* _EXERCISE_:
Find and copy each line of the records where the string "IFCLOCALPLACEMENT" shows up.

START TASK INPUTS

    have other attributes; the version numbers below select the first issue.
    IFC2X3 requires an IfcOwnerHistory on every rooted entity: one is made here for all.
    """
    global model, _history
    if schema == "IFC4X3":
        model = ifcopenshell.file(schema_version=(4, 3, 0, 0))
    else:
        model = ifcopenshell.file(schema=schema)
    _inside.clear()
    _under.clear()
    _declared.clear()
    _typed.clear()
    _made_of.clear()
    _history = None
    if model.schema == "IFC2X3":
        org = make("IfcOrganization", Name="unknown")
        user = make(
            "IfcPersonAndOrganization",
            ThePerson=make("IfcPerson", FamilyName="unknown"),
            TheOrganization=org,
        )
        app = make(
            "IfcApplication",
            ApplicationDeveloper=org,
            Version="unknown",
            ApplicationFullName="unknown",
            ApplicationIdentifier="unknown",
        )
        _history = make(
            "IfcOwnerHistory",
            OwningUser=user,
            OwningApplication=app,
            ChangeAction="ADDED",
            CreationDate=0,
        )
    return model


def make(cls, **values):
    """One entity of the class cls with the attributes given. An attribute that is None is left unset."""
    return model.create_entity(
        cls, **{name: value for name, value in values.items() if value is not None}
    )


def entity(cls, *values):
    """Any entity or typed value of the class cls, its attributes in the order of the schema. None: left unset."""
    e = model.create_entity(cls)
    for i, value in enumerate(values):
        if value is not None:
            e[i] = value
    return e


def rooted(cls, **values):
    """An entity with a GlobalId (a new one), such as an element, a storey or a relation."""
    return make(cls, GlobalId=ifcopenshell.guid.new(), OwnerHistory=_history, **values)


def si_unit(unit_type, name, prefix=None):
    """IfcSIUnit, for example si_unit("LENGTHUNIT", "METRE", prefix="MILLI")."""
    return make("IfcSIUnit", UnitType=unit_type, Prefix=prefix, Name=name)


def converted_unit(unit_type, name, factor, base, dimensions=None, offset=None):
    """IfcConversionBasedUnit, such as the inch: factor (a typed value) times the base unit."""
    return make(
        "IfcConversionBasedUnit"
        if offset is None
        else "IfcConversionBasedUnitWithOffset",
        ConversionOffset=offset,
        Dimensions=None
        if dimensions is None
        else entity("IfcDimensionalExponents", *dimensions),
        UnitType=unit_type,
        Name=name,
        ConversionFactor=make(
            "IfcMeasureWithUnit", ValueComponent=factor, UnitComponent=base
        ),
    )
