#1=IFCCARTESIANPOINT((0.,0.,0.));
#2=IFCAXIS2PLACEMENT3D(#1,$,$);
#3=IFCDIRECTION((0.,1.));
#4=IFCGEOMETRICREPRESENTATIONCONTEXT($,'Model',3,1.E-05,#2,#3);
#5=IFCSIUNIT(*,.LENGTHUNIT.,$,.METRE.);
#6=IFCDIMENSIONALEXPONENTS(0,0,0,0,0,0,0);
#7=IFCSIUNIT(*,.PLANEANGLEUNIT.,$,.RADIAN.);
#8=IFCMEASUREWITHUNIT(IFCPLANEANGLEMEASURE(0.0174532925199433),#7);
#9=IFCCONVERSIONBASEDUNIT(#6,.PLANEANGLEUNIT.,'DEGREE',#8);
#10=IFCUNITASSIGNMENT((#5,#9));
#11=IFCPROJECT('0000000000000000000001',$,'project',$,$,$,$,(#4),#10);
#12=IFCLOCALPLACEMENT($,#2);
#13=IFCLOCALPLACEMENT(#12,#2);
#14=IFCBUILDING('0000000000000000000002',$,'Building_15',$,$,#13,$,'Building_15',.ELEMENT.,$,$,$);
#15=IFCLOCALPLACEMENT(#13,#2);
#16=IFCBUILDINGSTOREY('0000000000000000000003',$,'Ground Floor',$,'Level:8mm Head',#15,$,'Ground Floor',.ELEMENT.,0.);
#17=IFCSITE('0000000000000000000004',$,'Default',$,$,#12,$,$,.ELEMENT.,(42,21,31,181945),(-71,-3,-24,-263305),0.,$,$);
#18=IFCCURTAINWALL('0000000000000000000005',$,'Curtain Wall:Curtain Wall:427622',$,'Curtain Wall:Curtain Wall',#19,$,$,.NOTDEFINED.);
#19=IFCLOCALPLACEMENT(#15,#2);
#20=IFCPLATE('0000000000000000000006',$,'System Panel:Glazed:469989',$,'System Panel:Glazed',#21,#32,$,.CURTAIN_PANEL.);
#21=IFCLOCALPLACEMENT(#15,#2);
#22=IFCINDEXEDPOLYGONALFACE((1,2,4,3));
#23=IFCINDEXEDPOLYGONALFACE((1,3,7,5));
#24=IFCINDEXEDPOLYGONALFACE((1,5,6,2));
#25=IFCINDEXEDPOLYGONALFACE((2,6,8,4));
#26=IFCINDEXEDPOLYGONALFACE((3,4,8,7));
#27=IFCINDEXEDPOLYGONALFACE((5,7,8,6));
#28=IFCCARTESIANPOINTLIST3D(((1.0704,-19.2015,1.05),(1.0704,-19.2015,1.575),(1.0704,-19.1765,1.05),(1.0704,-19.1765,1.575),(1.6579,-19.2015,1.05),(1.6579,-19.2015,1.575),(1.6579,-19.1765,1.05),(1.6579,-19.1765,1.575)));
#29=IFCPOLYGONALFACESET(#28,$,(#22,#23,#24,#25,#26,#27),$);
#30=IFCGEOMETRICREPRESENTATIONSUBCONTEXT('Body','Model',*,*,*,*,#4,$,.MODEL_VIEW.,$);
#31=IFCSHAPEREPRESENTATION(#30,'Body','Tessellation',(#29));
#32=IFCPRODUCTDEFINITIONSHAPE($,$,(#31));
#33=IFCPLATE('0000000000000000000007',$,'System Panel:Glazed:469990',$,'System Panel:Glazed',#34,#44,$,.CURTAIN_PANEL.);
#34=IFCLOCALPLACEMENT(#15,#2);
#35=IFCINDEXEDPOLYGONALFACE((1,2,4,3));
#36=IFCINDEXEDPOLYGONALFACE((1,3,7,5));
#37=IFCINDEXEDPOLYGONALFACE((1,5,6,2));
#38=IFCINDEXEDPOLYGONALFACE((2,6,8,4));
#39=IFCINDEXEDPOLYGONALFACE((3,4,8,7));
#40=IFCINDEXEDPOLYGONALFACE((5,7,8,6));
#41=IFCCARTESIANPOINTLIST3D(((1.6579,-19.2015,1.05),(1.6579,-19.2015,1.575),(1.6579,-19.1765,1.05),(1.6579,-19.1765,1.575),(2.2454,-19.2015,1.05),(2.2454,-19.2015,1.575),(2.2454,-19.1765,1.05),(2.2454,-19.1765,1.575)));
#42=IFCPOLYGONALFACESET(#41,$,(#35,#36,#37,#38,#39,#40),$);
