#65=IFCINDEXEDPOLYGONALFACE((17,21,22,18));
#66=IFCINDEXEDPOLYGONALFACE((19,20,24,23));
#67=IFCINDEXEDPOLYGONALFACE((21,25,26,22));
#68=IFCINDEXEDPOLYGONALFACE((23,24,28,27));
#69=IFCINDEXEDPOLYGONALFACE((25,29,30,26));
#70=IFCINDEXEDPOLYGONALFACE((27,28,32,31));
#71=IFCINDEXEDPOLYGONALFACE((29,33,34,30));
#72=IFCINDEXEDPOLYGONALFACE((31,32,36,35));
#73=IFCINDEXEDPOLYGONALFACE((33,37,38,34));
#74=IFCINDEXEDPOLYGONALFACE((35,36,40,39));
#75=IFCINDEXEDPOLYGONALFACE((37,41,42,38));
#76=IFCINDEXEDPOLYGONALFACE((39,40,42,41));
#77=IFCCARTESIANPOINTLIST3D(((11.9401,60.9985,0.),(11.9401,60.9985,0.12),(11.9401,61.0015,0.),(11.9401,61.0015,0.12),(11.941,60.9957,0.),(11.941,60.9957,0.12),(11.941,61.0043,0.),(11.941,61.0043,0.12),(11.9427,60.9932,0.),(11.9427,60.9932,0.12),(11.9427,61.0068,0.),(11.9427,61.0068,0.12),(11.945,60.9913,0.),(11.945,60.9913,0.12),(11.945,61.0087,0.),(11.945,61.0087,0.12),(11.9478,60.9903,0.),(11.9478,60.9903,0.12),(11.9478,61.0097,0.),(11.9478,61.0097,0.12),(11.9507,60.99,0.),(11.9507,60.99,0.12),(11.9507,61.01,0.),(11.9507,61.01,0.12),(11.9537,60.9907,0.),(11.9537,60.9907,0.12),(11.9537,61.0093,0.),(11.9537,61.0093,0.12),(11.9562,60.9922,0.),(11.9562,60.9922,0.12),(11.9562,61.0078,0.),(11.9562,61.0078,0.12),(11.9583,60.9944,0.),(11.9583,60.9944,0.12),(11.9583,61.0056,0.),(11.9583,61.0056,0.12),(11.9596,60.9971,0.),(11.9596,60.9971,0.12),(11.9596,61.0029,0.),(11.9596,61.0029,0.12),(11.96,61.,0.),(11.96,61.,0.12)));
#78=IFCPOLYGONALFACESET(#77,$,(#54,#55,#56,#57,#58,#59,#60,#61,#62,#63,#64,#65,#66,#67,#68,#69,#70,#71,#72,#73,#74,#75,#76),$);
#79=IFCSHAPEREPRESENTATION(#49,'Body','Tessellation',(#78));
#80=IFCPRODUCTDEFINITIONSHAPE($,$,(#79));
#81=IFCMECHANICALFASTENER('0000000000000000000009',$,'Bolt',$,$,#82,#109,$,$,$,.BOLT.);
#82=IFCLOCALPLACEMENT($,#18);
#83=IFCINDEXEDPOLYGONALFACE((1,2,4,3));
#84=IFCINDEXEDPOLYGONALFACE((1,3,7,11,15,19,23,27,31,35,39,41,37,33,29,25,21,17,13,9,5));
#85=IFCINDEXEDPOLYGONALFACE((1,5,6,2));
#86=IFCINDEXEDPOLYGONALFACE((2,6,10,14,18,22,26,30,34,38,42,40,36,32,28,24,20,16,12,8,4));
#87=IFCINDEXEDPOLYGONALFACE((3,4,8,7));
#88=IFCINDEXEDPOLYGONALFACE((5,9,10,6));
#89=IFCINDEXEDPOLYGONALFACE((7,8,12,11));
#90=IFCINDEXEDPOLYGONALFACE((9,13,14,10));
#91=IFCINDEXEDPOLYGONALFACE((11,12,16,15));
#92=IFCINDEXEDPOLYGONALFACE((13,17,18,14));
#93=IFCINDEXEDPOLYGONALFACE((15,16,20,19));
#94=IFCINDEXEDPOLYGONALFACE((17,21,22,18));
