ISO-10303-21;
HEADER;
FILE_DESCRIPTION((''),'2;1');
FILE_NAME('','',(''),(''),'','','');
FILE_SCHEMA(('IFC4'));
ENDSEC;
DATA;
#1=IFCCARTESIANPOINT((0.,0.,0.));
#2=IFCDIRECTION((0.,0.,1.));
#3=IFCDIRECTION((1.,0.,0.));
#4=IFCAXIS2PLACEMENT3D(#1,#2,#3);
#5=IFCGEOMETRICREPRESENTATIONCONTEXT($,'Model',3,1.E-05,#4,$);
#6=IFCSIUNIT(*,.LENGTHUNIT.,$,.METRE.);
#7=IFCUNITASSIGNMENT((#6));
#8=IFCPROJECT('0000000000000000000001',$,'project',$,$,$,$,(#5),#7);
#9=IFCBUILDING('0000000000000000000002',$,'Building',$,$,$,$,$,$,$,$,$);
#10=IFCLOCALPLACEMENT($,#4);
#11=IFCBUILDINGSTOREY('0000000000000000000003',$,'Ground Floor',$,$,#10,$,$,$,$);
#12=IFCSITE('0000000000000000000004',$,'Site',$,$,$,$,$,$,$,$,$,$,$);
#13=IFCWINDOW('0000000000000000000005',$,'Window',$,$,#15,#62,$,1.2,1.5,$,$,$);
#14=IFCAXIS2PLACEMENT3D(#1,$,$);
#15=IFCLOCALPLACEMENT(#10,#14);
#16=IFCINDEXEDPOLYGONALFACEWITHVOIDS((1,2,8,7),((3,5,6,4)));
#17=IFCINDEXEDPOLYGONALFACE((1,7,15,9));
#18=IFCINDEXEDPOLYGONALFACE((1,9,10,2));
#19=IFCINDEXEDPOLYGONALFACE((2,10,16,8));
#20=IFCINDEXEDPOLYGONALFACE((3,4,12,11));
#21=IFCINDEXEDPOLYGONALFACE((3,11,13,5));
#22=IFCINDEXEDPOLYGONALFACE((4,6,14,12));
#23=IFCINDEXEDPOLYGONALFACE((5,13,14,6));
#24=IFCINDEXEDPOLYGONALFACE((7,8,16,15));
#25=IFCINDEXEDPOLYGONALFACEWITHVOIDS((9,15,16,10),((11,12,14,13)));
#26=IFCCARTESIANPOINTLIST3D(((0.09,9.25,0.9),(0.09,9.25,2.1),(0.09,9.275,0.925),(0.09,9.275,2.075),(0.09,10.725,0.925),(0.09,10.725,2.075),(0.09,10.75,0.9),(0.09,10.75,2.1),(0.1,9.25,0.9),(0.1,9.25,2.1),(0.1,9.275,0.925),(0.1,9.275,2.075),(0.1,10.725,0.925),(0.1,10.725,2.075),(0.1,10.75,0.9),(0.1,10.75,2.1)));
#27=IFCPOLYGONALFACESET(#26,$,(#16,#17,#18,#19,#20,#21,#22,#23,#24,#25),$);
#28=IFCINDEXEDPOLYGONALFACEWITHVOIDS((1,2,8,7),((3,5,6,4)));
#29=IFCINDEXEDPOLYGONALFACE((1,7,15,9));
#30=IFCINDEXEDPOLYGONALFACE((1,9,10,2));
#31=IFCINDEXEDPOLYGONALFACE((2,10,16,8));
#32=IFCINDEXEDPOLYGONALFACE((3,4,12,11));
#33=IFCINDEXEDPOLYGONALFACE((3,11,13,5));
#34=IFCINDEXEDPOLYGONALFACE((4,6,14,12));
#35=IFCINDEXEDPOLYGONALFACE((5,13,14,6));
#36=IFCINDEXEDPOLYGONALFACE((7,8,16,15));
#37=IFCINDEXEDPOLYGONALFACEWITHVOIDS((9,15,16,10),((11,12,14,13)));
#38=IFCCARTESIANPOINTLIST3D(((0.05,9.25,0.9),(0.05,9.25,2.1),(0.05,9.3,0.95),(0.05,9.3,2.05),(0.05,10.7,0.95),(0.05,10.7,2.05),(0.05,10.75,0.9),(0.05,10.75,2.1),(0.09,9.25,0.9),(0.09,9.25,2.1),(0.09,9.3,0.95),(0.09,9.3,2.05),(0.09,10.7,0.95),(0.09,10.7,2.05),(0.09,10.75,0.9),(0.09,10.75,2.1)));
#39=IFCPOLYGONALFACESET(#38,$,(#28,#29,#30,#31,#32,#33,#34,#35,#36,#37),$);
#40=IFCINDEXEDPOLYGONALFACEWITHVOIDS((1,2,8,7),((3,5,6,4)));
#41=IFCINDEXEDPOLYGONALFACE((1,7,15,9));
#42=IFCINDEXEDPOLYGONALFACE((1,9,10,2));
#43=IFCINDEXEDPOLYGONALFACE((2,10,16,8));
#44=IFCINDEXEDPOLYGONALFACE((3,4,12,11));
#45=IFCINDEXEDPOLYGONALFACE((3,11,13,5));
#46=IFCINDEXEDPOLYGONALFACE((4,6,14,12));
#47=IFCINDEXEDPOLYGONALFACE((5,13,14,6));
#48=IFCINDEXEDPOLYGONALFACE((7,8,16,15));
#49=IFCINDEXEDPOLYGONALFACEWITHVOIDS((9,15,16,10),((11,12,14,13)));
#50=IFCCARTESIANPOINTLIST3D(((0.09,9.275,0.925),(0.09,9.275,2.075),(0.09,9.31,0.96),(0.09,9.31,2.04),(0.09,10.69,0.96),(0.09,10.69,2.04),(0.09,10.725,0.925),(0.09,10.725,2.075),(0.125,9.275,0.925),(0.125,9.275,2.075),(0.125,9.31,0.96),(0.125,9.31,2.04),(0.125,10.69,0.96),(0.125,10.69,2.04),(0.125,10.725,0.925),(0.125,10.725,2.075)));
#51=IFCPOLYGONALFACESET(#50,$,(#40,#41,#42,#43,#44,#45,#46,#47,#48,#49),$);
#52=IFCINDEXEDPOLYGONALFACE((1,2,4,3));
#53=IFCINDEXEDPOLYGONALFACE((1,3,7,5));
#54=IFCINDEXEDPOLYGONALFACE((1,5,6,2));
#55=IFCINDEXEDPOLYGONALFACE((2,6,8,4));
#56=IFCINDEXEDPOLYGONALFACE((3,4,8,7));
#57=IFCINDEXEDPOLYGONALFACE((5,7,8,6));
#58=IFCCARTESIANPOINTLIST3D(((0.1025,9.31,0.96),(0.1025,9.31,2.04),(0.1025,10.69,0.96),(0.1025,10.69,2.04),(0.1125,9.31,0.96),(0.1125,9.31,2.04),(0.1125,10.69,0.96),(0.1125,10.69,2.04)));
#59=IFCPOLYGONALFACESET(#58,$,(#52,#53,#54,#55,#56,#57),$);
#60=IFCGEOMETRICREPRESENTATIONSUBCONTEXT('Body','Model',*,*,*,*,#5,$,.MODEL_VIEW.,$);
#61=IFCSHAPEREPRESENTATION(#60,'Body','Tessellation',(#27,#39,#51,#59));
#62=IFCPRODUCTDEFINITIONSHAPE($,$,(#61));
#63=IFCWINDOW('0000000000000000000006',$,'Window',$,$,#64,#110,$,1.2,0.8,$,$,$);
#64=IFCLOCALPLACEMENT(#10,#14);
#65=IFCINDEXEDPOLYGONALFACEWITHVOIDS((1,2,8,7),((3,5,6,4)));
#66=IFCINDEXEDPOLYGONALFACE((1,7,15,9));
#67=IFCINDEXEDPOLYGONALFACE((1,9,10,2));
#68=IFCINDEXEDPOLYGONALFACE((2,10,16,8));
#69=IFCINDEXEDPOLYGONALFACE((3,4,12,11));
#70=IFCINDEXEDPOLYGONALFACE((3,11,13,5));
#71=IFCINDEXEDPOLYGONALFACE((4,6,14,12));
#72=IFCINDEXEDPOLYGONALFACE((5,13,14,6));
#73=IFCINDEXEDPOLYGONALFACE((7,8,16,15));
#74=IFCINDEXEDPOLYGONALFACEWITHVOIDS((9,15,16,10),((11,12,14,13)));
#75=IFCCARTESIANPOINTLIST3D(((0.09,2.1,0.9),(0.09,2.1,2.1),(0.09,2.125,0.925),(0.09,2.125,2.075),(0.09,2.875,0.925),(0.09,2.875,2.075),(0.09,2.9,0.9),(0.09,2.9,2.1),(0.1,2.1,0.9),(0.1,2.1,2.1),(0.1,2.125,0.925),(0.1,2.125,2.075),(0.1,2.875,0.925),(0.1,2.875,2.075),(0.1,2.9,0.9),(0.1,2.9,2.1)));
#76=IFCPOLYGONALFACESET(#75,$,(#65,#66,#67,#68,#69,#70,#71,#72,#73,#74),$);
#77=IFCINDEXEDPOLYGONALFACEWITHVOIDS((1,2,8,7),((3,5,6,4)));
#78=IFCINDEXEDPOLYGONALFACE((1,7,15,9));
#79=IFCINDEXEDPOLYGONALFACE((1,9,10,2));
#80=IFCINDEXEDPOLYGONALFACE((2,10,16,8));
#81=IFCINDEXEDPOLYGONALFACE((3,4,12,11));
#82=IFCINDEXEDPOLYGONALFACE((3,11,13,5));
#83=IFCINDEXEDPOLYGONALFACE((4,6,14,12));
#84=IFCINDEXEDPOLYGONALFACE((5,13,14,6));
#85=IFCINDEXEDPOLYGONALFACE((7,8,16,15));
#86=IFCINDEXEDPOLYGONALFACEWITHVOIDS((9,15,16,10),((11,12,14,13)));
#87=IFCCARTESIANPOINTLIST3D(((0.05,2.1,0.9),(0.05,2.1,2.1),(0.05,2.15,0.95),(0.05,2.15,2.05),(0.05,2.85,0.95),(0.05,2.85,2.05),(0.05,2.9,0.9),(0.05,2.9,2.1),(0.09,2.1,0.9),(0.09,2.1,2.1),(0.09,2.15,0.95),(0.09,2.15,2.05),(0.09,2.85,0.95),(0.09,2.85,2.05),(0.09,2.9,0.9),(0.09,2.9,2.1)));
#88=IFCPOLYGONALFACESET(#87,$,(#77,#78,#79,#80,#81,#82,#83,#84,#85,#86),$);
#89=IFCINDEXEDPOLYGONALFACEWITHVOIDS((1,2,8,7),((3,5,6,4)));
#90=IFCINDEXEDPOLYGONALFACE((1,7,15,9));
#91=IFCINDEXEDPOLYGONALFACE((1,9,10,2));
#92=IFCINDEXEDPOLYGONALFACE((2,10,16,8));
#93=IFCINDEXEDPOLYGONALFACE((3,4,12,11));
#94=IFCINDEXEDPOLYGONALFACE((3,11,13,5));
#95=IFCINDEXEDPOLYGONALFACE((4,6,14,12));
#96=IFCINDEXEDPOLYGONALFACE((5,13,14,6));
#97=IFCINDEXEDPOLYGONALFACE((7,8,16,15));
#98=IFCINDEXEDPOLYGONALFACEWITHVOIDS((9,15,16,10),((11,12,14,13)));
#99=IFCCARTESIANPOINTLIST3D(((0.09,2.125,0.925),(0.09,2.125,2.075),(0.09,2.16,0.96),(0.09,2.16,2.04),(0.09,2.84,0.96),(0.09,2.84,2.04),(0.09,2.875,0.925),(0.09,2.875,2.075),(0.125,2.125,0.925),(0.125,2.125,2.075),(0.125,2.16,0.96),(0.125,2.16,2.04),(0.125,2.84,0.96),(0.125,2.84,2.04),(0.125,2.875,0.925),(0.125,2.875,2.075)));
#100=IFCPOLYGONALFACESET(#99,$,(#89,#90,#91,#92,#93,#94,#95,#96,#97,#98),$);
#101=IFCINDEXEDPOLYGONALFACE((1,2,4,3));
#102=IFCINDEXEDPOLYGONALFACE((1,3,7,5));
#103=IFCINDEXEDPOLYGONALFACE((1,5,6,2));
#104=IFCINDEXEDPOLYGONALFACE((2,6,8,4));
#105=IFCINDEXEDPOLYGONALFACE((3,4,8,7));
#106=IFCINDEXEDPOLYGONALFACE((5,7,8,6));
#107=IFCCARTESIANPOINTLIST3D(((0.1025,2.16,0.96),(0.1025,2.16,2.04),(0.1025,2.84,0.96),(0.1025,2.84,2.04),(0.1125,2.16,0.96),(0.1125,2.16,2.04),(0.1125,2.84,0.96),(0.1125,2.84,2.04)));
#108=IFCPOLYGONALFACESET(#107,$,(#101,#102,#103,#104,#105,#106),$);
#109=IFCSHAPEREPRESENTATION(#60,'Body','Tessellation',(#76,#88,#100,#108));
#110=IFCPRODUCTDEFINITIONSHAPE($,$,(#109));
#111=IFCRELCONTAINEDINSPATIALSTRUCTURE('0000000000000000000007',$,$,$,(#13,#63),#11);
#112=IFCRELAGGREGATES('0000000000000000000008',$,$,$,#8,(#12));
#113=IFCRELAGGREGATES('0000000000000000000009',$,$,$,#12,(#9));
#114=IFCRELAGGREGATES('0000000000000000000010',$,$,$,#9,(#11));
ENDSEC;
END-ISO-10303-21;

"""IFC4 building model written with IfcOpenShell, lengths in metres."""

from ifc_helpers import new_model, si_unit, frame, origin_with_axes, place, context, subcontext, project, spatial, line, indexed_curve, outline, extrude, element, save


model = new_model("IFC4")

# Units and contexts
model_context = context("Model", 3, precision=1e-05, world=origin_with_axes())
body_context = subcontext(model_context, "Body", "Model", "MODEL_VIEW")
ifc_project = project(units=[si_unit("LENGTHUNIT", "METRE")], contexts=[model_context])

# Site, building, storey
site = spatial("IfcSite", under=ifc_project, Name="Site")
building = spatial("IfcBuilding", under=site, Name="Building")
storey_placement = place(None, origin_with_axes())
storey = spatial("IfcBuildingStorey", under=building, at=storey_placement, Name="Ground Floor")

# Windows
window_1_placement = place(storey_placement, frame((0.0, 10.75, 0.9), z_axis=(0.0, 0.0, 1.0), x_axis=(0.0, -1.0, 0.0)))
element("IfcWindow", 1, at=window_1_placement, inside=storey, Name="Window", OverallHeight=1.2, OverallWidth=1.5, context=body_context, shape_type="SweptSolid", body=[
    extrude(outline(indexed_curve([(0.0, 0.0), (1.5, 0.0), (1.5, 1.2), (0.0, 1.2)], segments=[line(1, 2, 3, 4, 1)]), holes=[indexed_curve([(0.025, 0.025), (1.475, 0.025), (1.475, 1.175), (0.025, 1.175)], segments=[line(1, 2, 3, 4, 1)])]), frame((0.0, 0.09, 0.0), z_axis=(0.0, -1.0, 0.0), x_axis=(1.0, 0.0, 0.0)), (0.0, 0.0, -1.0), 0.01),
    extrude(outline(indexed_curve([(0.0, 0.0), (1.5, 0.0), (1.5, 1.2), (0.0, 1.2)], segments=[line(1, 2, 3, 4, 1)]), holes=[indexed_curve([(0.05, 0.05), (1.45, 0.05), (1.45, 1.15), (0.05, 1.15)], segments=[line(1, 2, 3, 4, 1)])]), frame((0.0, 0.05, 0.0), z_axis=(0.0, -1.0, 0.0), x_axis=(1.0, 0.0, 0.0)), (0.0, 0.0, -1.0), 0.04),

END TASK INPUTS

* _TASK ANSWER_:
#12=IFCLOCALPLACEMENT($,#2);
#13=IFCLOCALPLACEMENT(#12,#2);
#15=IFCLOCALPLACEMENT(#13,#2);
#19=IFCLOCALPLACEMENT(#15,#2);
#21=IFCLOCALPLACEMENT(#15,#2);
#34=IFCLOCALPLACEMENT(#15,#2);
#82=IFCLOCALPLACEMENT($,#18);
#10=IFCLOCALPLACEMENT($,#4);
#15=IFCLOCALPLACEMENT(#10,#14);
#64=IFCLOCALPLACEMENT(#10,#14);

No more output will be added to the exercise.